Includes ... Eagle Cliff ...
Image, 2005, Eagle Cliff from County Line Park, click to enlarge
Click image to enlarge
Eagle Cliff, Washington (treed cliff, slightly rounded, at right skyline), as seen from County Line Park. Image taken July 28, 2005.

Eagle Cliff ...
Eagle Cliff is located on the Washington side of the Columbia River at River Mile (RM) 51, just downstream from County Line Park and upstream of Cathlamet. Eagle Cliff was the site of the first salmon cannery in the Pacific Northwest, established in 1865 or 1866 (two different sources) by two brothers G.W. and William Hume, and Andrew Hapgood. The location was named "Eagle Cliff" by William Hume who found eagles nesting above the town.

Eagle Cliff Cannery ...
In 1865 or 1866 (see Early History below) the William Hume and his brother George, along with canning expert Andrew Hapgood, built the first cannery on the Columbia River at Eagle Cliff, Washington, and put up 4,000 cases of salmon (48 cans per case).
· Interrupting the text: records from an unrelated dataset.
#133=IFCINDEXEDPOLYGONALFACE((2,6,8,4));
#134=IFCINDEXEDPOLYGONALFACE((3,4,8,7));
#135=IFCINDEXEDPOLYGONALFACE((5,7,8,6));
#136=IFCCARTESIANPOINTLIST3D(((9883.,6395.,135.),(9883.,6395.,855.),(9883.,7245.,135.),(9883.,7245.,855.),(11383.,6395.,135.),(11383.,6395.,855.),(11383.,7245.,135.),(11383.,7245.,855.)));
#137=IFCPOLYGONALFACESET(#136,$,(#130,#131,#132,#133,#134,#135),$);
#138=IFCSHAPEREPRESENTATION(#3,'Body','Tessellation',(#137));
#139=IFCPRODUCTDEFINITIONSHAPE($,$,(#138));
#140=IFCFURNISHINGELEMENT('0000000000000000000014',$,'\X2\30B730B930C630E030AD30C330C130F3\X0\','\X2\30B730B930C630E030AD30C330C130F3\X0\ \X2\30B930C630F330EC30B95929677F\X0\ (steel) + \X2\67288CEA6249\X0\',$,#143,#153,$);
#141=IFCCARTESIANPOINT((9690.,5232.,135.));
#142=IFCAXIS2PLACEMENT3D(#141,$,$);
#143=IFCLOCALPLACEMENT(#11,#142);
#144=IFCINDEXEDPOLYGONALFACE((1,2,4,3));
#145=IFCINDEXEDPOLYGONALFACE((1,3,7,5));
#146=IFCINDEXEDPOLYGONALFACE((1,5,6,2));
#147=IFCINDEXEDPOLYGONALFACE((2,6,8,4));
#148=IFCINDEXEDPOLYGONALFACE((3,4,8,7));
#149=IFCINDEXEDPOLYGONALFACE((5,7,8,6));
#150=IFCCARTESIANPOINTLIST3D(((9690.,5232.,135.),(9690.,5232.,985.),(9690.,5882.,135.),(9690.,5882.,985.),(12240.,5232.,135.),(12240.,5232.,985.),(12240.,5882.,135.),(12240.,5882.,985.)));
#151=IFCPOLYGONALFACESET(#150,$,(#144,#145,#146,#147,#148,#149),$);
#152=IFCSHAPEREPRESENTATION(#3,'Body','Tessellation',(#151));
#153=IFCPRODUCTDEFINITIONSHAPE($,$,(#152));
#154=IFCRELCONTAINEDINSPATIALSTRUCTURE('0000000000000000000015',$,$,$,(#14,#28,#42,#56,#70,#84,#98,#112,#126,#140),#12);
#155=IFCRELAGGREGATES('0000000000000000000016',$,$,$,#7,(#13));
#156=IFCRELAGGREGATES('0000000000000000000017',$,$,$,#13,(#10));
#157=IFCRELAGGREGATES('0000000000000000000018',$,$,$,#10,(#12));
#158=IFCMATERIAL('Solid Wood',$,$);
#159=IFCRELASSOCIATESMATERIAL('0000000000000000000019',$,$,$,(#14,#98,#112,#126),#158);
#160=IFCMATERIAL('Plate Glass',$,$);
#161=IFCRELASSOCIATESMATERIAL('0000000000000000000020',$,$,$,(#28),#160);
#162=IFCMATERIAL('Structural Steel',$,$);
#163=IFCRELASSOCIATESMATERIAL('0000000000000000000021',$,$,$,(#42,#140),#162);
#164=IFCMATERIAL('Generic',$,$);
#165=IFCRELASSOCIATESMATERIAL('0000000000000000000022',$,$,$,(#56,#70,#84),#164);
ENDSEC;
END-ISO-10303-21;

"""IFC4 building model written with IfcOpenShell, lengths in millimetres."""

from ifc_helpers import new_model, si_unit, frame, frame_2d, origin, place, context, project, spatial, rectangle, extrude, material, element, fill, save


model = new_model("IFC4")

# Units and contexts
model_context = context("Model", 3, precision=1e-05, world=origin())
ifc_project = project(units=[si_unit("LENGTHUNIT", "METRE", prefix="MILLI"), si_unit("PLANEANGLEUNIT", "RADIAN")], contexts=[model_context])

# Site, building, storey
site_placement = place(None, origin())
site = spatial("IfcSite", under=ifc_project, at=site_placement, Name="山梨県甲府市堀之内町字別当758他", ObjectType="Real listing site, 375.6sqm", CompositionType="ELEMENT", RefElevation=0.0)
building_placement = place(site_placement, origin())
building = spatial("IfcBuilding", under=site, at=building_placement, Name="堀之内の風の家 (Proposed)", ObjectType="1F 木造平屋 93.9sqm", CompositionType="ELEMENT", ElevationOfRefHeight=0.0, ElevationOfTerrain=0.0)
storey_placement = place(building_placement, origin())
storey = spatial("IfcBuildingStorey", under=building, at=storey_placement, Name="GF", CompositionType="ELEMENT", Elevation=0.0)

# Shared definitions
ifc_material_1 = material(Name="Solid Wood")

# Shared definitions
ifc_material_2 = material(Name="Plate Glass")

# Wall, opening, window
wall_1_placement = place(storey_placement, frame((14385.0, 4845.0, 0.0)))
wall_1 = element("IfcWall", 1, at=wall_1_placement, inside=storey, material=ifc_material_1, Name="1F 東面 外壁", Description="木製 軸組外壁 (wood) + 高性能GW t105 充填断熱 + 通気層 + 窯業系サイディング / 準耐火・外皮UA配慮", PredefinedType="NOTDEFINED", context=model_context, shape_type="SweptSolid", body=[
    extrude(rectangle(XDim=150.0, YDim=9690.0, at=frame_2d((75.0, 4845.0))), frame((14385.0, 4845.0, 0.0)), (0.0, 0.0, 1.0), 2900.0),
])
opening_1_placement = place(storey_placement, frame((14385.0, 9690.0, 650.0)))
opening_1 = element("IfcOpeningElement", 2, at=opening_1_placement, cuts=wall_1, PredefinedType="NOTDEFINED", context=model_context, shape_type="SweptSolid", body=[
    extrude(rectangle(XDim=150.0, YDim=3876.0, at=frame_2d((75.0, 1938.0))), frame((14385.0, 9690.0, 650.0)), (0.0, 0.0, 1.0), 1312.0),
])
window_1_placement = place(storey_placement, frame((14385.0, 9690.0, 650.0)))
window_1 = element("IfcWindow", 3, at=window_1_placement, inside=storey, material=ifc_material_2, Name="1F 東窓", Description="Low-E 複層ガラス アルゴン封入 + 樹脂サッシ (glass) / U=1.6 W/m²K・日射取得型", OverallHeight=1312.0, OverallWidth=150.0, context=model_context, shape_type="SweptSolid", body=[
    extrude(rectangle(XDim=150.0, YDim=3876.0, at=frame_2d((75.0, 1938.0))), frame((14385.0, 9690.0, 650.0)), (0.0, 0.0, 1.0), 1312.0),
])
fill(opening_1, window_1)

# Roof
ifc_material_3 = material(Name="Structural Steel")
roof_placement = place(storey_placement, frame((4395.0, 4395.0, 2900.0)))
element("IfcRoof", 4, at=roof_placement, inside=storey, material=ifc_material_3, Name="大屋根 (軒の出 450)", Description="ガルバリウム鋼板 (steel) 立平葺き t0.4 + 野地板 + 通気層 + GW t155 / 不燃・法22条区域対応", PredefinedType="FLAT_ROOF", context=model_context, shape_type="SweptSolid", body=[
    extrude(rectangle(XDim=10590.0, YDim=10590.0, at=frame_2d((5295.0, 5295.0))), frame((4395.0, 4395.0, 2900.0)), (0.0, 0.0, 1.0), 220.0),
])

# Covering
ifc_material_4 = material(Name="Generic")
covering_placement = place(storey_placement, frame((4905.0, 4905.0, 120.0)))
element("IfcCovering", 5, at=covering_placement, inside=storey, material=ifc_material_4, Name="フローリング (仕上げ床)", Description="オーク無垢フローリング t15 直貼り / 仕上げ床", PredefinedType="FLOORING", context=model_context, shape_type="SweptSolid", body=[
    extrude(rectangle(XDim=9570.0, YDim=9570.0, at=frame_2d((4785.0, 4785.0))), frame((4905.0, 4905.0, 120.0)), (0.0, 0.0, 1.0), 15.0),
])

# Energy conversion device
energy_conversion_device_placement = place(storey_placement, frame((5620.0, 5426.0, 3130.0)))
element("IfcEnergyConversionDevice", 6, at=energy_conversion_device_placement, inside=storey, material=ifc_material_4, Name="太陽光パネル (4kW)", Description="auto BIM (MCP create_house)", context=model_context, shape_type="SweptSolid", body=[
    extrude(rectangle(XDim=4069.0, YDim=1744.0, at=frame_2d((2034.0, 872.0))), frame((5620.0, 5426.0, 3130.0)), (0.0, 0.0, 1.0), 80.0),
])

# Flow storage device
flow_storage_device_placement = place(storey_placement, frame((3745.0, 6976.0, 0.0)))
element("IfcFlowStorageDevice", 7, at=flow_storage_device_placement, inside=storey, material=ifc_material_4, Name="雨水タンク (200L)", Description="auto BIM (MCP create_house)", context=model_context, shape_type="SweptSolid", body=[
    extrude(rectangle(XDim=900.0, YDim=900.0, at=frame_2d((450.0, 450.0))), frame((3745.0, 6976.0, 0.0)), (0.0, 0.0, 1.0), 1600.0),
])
During the spring of 1867 the Eagle Cliff Cannery packed four thousand cases of forty-eight cans each.

By 1868 the cannery was producing over 6,200 cases, much of which would be exported to Australia.
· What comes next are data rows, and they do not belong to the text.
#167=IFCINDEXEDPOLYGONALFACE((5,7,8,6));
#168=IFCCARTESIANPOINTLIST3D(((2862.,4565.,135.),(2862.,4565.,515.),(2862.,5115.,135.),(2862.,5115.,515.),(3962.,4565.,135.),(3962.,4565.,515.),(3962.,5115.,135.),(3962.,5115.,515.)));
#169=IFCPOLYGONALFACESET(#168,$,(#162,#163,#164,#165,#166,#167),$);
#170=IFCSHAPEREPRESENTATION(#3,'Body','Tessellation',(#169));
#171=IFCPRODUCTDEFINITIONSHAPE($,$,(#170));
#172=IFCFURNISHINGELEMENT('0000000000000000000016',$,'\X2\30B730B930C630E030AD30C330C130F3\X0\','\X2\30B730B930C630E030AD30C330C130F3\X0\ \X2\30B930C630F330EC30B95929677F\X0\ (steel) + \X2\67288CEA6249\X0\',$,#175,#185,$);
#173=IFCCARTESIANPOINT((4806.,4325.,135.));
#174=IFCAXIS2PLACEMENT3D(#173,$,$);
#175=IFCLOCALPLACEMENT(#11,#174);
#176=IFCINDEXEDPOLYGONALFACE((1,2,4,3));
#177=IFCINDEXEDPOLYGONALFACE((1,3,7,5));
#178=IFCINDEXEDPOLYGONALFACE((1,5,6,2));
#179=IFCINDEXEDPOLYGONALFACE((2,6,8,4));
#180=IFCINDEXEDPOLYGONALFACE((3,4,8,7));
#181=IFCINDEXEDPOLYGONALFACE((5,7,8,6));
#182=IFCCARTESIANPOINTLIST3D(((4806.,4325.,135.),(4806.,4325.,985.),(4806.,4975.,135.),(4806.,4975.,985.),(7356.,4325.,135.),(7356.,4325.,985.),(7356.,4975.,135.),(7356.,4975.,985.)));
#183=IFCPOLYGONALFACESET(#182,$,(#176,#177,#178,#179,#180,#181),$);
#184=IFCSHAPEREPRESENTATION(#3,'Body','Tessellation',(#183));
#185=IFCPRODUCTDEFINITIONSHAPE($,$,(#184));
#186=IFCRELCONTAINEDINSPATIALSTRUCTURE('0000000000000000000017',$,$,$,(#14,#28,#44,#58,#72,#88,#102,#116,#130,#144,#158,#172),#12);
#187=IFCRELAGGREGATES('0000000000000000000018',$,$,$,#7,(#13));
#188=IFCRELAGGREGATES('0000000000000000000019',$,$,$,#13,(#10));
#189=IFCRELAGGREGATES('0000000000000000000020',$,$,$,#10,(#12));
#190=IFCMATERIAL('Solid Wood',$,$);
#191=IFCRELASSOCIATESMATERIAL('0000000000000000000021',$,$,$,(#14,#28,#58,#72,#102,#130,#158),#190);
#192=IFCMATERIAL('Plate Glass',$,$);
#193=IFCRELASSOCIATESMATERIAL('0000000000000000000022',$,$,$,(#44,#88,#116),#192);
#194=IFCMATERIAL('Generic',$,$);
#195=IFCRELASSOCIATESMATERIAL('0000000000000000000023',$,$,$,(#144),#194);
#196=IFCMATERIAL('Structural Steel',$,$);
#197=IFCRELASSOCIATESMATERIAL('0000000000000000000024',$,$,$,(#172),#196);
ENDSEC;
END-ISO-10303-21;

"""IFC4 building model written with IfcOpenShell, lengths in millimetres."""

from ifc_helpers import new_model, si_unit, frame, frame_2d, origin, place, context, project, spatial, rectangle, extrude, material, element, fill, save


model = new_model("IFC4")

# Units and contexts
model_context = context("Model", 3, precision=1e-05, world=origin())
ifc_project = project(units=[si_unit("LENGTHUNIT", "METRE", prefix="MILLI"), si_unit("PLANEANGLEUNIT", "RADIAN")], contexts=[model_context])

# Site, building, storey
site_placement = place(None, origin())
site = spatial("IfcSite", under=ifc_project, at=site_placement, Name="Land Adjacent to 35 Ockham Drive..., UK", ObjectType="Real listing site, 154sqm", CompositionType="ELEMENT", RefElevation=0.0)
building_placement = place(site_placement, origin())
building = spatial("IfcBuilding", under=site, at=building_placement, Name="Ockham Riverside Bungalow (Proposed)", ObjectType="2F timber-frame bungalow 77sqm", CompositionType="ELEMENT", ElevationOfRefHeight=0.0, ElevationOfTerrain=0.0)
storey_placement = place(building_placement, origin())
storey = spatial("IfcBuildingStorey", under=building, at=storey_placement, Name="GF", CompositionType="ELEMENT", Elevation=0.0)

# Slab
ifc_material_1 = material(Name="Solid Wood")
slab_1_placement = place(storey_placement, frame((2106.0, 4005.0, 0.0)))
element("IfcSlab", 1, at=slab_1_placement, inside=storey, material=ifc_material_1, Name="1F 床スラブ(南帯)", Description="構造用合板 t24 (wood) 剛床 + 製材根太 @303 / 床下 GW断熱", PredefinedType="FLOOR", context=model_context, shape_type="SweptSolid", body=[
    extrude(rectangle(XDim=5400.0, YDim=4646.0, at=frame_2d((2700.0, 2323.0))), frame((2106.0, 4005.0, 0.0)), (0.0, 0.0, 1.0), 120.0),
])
By 1874 there were 12 canneries in business between Astoria and Portland, and by 1881 there were 35 canneries.

In 1883 there were 55 canneries operating on the Columbia. Salmon harvests peaked in the early 1880s, with canneries producing more than 600,000 cases in a season. Salmon were so abundant in the early years of the industry canneries were not able to pack the number that were caught. The salmon decline became noticable by 1887 and by 1950 the commercial salmon industry on the Columbia River was over. The last Columbia River cannery shut down in 1980.

The 1888 U.S. Commission of Fish and Fisheries's "Chart of the Columbia River from the Ocean to Portland, Oregon, Illustrating the Condition of the Salmon Fishery, Season of 1888-9" has "Eagle Cliff Cannery" located on the upstream side of the point and "Eureka Cannery" on the downstream side of the point.
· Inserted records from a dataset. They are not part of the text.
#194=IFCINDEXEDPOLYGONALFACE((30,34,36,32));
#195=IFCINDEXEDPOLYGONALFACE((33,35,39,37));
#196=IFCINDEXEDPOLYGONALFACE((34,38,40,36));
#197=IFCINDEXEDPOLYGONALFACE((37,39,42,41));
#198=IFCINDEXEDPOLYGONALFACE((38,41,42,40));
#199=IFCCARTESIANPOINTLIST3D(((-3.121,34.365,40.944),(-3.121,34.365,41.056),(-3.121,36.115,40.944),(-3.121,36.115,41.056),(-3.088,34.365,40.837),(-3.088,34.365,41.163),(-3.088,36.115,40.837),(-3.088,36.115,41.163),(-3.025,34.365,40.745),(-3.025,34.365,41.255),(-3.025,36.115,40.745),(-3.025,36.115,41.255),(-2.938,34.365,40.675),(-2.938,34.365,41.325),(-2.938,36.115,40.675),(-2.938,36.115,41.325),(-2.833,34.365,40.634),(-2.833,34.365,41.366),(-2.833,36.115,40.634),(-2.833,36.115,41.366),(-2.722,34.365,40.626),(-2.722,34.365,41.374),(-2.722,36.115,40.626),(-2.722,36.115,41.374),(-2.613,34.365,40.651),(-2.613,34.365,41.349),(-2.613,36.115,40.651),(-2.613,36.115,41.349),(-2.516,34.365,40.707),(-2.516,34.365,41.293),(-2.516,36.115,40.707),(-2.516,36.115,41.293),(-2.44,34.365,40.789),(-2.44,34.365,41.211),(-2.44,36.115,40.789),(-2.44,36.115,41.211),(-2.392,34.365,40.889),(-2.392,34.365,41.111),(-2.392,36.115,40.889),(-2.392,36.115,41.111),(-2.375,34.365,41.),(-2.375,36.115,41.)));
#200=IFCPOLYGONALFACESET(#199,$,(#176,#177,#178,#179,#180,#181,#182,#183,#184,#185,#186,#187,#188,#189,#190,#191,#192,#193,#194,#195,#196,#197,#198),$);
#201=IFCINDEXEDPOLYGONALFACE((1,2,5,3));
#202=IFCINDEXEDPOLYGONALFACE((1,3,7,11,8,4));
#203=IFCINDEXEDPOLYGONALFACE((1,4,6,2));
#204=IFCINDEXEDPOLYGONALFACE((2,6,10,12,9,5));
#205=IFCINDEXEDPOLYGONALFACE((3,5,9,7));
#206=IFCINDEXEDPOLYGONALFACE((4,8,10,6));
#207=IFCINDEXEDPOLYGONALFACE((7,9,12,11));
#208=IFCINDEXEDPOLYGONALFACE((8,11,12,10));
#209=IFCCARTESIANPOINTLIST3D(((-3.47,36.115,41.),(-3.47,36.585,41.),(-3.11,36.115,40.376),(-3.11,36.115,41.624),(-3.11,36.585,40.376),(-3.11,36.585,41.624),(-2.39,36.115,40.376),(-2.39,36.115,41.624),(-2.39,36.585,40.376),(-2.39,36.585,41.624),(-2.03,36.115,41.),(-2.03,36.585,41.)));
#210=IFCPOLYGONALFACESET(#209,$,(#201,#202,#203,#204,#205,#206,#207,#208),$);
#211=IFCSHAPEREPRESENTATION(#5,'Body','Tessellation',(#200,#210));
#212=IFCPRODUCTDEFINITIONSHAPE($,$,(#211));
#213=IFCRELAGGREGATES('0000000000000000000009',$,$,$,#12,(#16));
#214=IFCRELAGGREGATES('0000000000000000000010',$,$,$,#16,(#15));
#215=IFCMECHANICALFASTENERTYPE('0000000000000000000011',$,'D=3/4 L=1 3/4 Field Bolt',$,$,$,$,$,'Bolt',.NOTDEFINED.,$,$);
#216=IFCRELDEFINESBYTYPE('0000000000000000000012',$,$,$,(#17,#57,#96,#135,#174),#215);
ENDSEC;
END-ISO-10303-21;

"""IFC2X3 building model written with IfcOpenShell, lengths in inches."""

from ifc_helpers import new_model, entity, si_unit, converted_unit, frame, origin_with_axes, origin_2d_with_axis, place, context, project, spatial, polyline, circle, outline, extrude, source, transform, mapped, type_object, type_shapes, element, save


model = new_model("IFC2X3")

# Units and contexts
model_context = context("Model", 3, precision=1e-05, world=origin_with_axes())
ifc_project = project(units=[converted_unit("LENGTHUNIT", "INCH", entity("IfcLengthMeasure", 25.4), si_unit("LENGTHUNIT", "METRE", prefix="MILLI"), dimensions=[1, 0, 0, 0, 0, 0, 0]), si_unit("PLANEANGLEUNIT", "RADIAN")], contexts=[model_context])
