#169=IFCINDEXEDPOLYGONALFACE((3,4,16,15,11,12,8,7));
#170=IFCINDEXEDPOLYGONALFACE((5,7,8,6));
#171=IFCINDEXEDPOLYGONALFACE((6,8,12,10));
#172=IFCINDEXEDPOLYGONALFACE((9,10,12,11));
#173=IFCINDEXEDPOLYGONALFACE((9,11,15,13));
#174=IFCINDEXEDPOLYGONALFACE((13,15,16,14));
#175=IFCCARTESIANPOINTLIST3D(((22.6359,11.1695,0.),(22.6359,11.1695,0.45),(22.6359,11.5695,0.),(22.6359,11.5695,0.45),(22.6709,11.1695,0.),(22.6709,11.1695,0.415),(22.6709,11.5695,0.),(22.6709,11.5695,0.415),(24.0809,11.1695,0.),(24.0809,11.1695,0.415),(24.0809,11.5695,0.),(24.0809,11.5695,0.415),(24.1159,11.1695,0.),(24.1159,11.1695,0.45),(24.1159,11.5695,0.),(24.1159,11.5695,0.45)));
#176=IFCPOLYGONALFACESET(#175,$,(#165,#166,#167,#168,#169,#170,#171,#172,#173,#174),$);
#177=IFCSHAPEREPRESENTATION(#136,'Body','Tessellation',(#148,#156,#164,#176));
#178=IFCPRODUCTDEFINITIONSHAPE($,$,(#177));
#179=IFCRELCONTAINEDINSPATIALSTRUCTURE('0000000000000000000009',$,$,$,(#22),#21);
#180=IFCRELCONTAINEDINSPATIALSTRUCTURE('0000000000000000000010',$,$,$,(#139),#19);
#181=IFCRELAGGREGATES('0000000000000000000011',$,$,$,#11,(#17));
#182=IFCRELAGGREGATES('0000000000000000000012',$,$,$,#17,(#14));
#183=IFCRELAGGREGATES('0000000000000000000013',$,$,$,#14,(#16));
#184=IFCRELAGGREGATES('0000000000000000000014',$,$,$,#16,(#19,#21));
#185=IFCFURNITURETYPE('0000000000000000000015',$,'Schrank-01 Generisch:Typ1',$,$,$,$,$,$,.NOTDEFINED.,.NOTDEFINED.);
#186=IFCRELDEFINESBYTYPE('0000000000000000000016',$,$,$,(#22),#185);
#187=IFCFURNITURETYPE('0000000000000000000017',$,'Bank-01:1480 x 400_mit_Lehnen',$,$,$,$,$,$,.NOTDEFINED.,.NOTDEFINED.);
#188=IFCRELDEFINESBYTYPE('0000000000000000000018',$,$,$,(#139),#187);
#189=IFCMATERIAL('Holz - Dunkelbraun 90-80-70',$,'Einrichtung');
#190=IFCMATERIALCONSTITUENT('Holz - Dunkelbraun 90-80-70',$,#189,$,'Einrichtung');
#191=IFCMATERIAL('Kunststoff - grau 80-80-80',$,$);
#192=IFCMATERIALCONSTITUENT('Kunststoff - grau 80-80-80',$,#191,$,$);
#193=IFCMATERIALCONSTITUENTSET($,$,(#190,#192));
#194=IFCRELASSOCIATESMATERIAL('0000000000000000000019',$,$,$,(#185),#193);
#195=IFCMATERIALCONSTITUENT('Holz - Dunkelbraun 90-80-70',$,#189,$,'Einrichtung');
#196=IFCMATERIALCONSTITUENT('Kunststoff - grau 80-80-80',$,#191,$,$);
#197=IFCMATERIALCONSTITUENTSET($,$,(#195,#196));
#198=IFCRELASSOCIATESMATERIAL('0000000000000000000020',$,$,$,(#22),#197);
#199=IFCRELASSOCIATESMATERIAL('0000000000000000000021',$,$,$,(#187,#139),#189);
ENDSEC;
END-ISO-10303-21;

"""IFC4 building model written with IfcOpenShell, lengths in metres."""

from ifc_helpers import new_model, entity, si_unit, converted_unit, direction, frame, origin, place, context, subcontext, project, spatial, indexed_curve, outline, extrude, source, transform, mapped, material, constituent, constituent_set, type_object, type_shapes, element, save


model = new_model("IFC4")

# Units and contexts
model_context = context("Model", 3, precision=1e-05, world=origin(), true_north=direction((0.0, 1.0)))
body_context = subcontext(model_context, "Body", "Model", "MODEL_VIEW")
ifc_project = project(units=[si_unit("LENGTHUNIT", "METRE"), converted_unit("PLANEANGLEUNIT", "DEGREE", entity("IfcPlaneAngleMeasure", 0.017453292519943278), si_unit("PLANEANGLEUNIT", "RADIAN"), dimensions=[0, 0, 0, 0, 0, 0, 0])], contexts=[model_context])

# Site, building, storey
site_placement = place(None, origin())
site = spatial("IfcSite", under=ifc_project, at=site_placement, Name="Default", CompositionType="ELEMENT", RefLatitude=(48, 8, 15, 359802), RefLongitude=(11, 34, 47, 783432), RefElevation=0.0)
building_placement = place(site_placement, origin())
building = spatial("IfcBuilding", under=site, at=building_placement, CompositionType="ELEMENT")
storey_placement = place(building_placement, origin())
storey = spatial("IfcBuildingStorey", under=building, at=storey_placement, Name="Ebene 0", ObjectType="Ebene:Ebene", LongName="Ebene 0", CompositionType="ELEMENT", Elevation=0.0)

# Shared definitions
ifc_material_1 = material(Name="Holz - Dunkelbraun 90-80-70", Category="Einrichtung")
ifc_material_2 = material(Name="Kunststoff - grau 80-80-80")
By 1971 only pilings can be seen of the cannery location.

Early Eagle Cliff ...
The Eagle Cliff location was named by William Hume who found eagles nesting above the town.

"... Eagle Cliff ... A high cliff on the north bank of Columbia River, 15 miles west of Longview, east Wahkiakum County. It was the site of the first salmon cannery in the Pacific Northwest, established in 1865. It was named by William Hume, one of the cannery owners, when he found eagles nesting here above the town. ..." [Hitchman, 1985, Place Names of Washington]

"historylink.org" website (2011), the online encyclopedia of Washington State History, states the brothers established the cannery in 1866, and then as business grew, expanded to more canneries.

"Hapgood and the Humes started canning salmon on the Columbia River in 1866 at Eagle Cliff in Wahkiakum County, some nine miles east of Cathlamet, the county seat. In the beginning, two two-man boats, one crewed by William Hume and his brother John and the other by George Wilson and another man, were sufficient to supply all the fish that the small cannery, located on a scow, could process ... the cannery managed to produce 4,000 cases of canned salmon (a case holds 48 one-pound cans) in its first year of operation. ...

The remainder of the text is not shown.